*TRY IT*: Report each line of the data that includes the word "along".

(Saved entries)
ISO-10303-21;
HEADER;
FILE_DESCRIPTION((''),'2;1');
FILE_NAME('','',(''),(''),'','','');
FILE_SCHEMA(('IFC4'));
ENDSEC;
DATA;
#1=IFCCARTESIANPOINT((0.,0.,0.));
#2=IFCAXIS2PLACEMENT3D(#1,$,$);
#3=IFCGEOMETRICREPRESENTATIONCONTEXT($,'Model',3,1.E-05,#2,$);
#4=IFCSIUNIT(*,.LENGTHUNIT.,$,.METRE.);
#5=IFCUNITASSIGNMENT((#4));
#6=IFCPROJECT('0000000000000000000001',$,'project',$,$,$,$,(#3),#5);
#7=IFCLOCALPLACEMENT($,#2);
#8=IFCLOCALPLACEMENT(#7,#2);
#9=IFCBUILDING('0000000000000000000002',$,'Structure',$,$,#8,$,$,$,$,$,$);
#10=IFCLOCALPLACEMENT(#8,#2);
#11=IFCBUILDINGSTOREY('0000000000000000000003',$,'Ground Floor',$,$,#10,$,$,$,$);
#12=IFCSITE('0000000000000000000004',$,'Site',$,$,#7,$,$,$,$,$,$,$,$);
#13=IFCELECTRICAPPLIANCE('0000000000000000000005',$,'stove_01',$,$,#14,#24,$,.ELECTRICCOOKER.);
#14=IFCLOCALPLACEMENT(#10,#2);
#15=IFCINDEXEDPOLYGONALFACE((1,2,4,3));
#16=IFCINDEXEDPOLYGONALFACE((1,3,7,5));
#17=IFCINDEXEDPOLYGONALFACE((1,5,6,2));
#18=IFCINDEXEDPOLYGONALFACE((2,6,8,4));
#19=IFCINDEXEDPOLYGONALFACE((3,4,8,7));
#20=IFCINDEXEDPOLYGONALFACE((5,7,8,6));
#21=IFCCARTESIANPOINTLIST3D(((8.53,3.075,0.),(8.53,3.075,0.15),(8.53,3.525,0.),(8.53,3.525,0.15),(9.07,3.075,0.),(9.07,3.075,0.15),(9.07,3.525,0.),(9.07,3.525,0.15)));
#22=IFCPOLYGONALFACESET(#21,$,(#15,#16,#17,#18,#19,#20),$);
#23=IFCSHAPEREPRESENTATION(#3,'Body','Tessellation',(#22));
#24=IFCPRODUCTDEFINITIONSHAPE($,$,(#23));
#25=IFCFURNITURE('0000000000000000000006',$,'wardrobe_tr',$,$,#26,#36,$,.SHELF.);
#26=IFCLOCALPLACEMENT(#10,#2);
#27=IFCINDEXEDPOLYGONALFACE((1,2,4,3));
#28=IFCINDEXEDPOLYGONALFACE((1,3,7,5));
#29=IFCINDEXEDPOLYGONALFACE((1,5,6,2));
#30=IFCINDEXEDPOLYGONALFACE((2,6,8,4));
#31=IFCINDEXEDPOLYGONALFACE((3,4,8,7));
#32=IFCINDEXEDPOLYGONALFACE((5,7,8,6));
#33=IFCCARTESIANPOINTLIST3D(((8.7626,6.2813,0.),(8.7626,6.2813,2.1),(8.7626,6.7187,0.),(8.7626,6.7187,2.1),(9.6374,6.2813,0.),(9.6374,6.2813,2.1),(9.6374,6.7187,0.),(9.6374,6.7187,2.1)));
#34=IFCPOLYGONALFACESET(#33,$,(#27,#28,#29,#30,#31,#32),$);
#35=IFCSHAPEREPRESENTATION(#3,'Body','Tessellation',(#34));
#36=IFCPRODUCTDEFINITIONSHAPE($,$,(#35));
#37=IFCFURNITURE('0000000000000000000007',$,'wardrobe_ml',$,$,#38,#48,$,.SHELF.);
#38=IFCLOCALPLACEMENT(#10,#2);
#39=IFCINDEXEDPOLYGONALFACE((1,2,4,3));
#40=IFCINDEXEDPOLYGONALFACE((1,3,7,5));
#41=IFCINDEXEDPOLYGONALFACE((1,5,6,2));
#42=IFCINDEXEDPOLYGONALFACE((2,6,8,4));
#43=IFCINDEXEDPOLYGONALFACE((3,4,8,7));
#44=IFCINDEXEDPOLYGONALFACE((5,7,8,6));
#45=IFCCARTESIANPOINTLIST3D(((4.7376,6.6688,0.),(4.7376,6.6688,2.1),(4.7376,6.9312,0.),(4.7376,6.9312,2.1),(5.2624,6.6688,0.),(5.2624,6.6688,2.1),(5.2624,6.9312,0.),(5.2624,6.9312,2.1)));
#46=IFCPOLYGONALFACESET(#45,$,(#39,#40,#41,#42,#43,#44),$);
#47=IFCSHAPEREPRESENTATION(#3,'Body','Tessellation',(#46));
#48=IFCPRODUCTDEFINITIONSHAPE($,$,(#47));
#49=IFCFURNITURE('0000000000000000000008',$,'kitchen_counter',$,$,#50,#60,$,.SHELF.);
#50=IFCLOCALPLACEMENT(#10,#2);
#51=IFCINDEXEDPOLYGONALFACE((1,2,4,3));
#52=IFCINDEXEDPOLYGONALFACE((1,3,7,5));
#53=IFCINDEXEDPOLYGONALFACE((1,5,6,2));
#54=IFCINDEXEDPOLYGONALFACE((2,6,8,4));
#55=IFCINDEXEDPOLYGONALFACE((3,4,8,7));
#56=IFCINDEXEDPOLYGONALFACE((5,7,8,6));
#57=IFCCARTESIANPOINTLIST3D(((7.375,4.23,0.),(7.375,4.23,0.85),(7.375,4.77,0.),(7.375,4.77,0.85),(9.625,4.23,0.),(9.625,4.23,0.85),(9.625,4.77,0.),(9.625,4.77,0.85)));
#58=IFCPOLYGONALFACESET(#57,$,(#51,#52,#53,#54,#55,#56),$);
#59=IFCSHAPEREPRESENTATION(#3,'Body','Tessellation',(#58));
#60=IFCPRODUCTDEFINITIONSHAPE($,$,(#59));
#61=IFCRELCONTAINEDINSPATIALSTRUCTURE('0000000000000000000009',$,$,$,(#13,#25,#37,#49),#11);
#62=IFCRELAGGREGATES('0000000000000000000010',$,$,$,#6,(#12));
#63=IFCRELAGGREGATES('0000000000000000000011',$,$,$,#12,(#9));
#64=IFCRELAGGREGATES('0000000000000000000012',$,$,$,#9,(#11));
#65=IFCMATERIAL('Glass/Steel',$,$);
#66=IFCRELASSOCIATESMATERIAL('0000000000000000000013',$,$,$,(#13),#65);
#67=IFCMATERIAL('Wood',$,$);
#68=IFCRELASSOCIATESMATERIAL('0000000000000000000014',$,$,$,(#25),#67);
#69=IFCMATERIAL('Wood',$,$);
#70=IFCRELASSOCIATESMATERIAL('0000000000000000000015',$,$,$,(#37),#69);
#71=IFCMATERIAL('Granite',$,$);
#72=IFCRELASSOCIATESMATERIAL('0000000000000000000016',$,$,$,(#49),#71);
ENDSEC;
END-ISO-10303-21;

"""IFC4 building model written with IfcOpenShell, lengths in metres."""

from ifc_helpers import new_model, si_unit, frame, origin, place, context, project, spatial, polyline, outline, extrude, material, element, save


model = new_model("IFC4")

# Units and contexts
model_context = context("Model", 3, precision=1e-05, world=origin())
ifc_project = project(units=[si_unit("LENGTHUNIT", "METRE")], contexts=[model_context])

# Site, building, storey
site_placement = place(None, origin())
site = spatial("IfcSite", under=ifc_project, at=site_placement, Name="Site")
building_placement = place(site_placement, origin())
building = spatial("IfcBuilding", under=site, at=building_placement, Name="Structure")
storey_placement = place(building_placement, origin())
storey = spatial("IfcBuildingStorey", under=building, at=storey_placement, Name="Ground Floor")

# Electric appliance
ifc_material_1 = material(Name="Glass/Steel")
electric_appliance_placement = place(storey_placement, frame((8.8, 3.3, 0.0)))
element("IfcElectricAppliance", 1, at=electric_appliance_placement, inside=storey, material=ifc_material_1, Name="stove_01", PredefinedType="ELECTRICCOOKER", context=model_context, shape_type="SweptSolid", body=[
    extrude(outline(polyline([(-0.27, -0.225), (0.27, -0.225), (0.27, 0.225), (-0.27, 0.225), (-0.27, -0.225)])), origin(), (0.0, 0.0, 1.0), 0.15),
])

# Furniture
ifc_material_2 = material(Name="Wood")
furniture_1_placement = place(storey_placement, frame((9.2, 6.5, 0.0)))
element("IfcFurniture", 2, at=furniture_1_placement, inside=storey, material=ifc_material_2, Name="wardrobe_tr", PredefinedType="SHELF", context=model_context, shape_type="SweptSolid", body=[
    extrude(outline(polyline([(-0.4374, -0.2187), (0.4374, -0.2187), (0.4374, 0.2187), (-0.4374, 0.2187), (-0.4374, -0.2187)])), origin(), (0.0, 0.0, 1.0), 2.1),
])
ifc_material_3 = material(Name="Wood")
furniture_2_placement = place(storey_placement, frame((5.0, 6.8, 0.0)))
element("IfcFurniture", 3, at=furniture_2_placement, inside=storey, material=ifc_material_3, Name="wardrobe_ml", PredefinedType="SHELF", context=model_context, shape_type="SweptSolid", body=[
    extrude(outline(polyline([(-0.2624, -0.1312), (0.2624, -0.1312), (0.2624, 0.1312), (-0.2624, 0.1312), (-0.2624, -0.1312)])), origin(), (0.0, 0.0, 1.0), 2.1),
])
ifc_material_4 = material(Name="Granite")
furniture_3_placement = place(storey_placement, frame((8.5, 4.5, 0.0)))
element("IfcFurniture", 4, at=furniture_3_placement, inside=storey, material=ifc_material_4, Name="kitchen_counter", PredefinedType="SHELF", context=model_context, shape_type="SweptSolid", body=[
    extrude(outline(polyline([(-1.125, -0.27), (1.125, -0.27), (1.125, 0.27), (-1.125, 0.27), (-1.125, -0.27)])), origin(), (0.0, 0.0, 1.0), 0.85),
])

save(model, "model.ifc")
==
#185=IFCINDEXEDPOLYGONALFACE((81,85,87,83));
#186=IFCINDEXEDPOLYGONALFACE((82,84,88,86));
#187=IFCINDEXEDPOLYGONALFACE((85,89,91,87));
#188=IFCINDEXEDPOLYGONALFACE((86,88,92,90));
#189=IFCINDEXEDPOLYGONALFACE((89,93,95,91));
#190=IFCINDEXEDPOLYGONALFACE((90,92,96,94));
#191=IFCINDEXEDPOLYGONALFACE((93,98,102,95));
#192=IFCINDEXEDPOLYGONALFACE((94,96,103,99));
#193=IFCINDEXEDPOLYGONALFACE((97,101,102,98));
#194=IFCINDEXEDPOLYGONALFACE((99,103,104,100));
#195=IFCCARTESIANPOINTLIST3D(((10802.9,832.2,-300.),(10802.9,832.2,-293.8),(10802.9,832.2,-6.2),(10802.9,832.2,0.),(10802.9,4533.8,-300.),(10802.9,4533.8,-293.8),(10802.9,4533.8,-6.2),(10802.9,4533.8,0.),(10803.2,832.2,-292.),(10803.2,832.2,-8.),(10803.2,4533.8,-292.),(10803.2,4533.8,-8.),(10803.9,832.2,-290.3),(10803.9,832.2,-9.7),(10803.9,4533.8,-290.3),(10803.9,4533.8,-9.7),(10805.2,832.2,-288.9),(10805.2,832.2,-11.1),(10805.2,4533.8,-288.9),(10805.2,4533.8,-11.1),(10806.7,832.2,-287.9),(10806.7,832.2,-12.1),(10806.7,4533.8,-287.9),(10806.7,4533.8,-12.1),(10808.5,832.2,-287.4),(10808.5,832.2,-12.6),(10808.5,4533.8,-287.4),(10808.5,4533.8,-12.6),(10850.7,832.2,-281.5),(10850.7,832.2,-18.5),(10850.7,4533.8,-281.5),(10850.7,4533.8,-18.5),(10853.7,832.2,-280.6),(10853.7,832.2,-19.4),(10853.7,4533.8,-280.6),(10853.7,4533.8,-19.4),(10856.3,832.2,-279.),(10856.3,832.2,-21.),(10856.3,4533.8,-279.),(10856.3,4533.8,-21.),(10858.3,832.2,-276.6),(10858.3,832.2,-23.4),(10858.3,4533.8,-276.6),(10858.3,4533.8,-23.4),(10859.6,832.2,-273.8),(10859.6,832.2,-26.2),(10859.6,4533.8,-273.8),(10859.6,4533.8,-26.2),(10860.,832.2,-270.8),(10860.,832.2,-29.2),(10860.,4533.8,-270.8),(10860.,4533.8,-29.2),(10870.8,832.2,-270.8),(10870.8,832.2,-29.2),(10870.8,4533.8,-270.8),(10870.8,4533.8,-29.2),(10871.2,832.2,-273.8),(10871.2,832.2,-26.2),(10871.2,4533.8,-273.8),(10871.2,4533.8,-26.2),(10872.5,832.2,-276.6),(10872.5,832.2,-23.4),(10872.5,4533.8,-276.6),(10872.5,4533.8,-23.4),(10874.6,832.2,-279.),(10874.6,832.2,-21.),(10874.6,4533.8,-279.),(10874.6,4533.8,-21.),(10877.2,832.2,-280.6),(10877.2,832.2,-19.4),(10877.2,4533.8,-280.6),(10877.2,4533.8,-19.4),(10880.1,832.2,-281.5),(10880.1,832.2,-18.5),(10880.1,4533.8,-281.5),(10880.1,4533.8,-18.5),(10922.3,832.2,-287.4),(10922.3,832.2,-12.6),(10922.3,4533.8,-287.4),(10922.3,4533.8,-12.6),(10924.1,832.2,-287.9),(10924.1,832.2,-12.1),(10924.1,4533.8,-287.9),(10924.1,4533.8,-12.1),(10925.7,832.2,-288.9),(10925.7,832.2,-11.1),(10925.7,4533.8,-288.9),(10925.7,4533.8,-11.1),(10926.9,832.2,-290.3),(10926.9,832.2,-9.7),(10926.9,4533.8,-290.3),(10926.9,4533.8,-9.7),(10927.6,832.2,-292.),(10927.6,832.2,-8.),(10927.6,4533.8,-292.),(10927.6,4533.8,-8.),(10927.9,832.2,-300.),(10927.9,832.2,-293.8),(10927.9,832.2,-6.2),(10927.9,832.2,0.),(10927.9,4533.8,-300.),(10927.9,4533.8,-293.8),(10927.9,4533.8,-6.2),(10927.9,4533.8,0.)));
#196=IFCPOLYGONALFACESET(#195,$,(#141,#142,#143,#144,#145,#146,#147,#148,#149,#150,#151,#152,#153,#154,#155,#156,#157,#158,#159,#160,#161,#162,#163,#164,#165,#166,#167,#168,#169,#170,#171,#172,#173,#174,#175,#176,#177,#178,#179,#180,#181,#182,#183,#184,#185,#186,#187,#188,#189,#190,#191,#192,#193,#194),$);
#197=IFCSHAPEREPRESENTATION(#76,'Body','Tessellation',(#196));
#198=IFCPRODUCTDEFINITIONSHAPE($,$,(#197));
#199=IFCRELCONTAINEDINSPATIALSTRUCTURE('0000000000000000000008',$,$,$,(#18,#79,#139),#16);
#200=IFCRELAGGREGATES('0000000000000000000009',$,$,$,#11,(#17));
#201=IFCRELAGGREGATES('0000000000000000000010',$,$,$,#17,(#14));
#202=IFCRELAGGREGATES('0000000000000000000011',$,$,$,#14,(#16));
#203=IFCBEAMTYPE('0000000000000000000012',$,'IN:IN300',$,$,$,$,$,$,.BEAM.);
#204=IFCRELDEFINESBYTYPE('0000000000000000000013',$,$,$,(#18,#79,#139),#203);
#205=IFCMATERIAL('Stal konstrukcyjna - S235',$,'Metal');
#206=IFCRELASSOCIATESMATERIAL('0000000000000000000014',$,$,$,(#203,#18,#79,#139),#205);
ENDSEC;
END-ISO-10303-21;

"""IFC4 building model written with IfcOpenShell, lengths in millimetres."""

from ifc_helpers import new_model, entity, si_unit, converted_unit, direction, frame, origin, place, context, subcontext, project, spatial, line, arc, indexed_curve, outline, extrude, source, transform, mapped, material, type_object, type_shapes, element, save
...
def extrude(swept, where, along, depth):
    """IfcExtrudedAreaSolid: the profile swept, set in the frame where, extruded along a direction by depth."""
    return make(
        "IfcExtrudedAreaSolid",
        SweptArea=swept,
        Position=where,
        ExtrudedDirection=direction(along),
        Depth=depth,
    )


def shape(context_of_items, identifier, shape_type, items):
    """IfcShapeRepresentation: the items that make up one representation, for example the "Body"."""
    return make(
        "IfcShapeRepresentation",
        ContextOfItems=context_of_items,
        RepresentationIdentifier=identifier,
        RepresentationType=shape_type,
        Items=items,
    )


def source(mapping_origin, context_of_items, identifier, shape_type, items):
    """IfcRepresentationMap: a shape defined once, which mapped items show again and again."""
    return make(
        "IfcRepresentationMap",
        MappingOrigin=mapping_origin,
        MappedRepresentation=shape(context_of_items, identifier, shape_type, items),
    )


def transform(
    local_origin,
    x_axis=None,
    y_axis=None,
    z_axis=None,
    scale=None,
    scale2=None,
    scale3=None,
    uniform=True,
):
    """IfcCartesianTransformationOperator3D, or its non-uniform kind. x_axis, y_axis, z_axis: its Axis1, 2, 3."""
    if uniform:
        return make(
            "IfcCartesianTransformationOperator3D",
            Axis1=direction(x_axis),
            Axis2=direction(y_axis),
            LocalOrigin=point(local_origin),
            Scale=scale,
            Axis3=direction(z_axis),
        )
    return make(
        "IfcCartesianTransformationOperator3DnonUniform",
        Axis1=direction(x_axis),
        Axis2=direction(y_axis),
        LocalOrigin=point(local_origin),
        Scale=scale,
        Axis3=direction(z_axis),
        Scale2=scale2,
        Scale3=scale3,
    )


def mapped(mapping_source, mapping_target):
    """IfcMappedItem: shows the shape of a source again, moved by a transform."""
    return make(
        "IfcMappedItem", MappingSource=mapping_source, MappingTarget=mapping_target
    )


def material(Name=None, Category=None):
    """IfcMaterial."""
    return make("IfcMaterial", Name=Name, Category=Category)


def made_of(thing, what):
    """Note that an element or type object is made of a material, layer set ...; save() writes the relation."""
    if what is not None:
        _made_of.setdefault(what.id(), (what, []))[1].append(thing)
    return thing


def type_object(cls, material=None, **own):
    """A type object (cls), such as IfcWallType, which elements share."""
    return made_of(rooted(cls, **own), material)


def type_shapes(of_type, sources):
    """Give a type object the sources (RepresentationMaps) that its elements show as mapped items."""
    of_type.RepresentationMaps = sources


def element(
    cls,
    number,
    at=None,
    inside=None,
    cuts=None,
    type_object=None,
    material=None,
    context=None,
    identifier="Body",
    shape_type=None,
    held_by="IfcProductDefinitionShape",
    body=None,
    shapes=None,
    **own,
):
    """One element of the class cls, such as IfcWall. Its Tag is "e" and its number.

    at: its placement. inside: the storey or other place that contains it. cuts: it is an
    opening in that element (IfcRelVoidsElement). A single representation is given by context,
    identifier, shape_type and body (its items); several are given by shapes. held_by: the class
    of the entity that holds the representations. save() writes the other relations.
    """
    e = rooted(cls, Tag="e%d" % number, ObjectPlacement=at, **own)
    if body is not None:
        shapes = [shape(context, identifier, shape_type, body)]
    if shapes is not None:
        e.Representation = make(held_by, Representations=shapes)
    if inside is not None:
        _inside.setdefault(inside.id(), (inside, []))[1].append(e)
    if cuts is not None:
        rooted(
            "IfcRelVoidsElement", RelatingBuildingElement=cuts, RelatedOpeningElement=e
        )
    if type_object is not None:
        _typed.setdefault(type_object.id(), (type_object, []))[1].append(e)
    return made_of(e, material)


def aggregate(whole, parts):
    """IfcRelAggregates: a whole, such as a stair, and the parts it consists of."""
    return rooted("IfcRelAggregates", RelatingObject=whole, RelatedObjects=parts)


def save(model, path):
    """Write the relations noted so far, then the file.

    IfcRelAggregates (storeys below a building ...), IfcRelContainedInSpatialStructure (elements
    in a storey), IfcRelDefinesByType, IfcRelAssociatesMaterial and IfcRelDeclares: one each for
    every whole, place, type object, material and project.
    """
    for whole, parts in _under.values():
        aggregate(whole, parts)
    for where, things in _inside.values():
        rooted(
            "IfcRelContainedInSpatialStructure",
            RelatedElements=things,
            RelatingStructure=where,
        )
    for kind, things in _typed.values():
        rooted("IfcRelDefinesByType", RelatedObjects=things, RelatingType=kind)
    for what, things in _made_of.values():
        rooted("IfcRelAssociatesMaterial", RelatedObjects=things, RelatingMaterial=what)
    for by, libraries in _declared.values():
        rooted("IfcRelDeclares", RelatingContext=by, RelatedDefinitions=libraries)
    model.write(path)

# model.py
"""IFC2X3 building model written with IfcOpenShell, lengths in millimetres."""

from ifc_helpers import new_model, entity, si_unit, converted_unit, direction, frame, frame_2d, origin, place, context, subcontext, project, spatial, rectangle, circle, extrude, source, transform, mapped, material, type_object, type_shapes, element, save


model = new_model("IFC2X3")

*YOUR SOLUTION*:
def extrude(swept, where, along, depth):
    """IfcExtrudedAreaSolid: the profile swept, set in the frame where, extruded along a direction by depth."""
        ExtrudedDirection=direction(along),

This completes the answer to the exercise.